Your objective → Using the material below, copy every line where "IFCRELAGGREGATES" appears.

Listed records →
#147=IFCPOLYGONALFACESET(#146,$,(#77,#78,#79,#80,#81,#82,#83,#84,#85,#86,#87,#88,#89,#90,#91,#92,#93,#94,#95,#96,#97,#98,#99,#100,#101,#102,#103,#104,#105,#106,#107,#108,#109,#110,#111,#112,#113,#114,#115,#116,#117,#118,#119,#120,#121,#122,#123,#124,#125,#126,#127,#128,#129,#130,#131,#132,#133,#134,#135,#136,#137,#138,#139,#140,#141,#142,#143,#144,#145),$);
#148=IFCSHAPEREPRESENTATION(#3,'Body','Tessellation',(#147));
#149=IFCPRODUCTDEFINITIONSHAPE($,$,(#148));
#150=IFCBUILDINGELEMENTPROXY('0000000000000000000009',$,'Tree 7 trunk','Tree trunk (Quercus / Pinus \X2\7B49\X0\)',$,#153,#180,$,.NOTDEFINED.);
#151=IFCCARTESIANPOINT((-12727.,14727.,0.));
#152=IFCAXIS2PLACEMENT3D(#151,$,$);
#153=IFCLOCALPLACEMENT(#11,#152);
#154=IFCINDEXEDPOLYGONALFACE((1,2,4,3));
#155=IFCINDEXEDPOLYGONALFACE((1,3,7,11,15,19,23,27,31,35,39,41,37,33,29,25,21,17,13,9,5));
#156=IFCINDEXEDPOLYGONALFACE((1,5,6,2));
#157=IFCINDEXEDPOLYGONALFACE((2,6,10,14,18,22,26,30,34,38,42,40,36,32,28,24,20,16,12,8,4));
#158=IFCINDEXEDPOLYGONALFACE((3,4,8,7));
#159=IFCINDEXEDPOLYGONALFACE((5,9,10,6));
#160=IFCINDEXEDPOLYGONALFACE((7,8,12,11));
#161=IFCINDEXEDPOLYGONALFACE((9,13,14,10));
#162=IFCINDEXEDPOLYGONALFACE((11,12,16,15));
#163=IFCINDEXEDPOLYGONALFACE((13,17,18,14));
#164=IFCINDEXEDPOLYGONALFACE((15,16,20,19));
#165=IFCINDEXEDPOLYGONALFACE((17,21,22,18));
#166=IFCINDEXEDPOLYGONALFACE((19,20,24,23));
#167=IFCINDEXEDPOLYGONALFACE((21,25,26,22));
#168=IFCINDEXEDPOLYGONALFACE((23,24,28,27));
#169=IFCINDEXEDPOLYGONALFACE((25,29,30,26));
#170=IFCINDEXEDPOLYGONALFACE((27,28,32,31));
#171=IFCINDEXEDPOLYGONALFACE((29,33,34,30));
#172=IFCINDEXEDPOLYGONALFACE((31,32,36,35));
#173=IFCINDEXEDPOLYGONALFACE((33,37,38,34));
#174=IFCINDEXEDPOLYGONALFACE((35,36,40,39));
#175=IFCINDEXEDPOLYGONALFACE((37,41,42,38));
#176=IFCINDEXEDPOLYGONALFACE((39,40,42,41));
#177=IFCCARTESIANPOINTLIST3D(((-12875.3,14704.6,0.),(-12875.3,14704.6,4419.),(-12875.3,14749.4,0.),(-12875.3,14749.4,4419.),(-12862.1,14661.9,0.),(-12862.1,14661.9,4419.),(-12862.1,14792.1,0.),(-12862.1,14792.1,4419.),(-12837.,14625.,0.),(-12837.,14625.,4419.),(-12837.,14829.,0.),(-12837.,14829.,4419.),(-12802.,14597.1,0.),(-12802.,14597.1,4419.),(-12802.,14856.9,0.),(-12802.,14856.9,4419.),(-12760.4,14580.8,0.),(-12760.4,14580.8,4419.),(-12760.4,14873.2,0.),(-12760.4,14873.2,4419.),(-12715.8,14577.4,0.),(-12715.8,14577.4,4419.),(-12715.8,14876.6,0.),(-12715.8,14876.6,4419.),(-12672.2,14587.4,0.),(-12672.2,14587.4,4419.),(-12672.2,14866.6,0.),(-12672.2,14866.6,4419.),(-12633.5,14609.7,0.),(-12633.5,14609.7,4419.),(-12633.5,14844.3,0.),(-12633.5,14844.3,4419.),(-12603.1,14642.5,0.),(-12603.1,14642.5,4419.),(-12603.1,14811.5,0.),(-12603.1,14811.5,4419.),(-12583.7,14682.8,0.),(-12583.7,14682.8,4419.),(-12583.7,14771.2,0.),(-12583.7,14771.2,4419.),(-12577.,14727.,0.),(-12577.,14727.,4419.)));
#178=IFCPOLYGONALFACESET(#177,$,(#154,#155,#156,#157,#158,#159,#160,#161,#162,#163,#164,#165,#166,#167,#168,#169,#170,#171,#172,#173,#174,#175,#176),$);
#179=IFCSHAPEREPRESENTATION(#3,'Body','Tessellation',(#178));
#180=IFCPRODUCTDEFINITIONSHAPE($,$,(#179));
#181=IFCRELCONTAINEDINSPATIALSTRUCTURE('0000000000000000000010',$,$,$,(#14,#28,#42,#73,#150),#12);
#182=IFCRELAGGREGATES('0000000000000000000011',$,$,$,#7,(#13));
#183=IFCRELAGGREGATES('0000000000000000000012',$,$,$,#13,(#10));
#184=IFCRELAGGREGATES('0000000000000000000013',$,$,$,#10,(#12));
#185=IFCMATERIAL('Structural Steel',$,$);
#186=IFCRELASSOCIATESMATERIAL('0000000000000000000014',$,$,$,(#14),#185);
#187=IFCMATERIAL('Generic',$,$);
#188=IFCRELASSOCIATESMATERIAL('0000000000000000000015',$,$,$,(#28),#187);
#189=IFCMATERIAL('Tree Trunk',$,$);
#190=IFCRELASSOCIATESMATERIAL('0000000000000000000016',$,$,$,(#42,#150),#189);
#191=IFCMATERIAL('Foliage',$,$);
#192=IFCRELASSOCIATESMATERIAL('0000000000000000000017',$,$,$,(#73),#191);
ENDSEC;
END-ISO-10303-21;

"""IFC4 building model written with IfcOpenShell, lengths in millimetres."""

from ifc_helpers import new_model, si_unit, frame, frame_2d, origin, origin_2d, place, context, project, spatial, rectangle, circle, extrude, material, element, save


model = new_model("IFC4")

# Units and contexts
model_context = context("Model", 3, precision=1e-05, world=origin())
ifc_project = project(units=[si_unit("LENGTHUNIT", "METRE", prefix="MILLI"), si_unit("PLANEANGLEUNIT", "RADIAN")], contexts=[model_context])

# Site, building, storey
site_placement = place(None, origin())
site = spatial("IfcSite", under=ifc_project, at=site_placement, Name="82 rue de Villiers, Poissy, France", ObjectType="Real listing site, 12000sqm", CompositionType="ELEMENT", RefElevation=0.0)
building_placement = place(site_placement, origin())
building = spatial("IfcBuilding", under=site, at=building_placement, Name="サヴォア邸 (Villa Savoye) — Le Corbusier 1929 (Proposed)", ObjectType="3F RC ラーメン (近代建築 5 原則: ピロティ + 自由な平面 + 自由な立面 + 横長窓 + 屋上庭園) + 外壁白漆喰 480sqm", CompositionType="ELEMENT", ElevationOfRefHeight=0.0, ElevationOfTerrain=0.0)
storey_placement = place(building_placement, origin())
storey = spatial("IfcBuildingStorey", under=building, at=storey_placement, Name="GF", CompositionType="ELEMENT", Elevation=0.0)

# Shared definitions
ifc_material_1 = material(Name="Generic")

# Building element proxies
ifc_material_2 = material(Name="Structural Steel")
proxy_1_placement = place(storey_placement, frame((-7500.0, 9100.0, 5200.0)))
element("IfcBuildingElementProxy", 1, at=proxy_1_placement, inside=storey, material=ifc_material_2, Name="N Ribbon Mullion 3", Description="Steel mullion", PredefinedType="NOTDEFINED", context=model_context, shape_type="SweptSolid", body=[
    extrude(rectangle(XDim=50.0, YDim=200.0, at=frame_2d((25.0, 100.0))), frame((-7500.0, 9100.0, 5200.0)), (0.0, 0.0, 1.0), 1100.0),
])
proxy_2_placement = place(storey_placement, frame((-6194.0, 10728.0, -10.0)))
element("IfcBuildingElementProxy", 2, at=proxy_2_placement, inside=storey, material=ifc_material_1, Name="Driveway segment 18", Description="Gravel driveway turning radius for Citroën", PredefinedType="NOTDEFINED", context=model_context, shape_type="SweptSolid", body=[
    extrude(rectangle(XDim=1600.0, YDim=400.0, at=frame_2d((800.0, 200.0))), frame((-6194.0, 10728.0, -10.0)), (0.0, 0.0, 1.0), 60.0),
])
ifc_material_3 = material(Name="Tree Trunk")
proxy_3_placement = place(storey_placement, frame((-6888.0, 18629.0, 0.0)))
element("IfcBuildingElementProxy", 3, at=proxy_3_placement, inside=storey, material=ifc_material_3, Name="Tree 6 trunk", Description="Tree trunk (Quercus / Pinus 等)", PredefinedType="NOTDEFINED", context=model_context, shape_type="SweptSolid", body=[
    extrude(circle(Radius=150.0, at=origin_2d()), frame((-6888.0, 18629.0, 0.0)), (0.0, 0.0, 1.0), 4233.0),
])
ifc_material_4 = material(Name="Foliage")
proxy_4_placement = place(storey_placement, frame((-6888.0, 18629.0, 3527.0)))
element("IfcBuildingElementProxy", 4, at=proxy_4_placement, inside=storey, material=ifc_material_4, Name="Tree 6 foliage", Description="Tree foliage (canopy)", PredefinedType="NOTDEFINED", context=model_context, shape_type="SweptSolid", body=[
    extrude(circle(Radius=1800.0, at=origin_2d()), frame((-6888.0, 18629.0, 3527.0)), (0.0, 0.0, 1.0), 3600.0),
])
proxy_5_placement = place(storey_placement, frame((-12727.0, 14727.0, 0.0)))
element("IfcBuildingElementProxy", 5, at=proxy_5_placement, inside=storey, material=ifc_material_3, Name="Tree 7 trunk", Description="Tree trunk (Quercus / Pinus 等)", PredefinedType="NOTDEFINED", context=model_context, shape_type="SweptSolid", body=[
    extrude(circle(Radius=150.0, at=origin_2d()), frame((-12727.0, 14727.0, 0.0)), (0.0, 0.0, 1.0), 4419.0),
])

Problem solution →
#182=IFCRELAGGREGATES('0000000000000000000011',$,$,$,#7,(#13));
#183=IFCRELAGGREGATES('0000000000000000000012',$,$,$,#13,(#10));
#184=IFCRELAGGREGATES('0000000000000000000013',$,$,$,#10,(#12));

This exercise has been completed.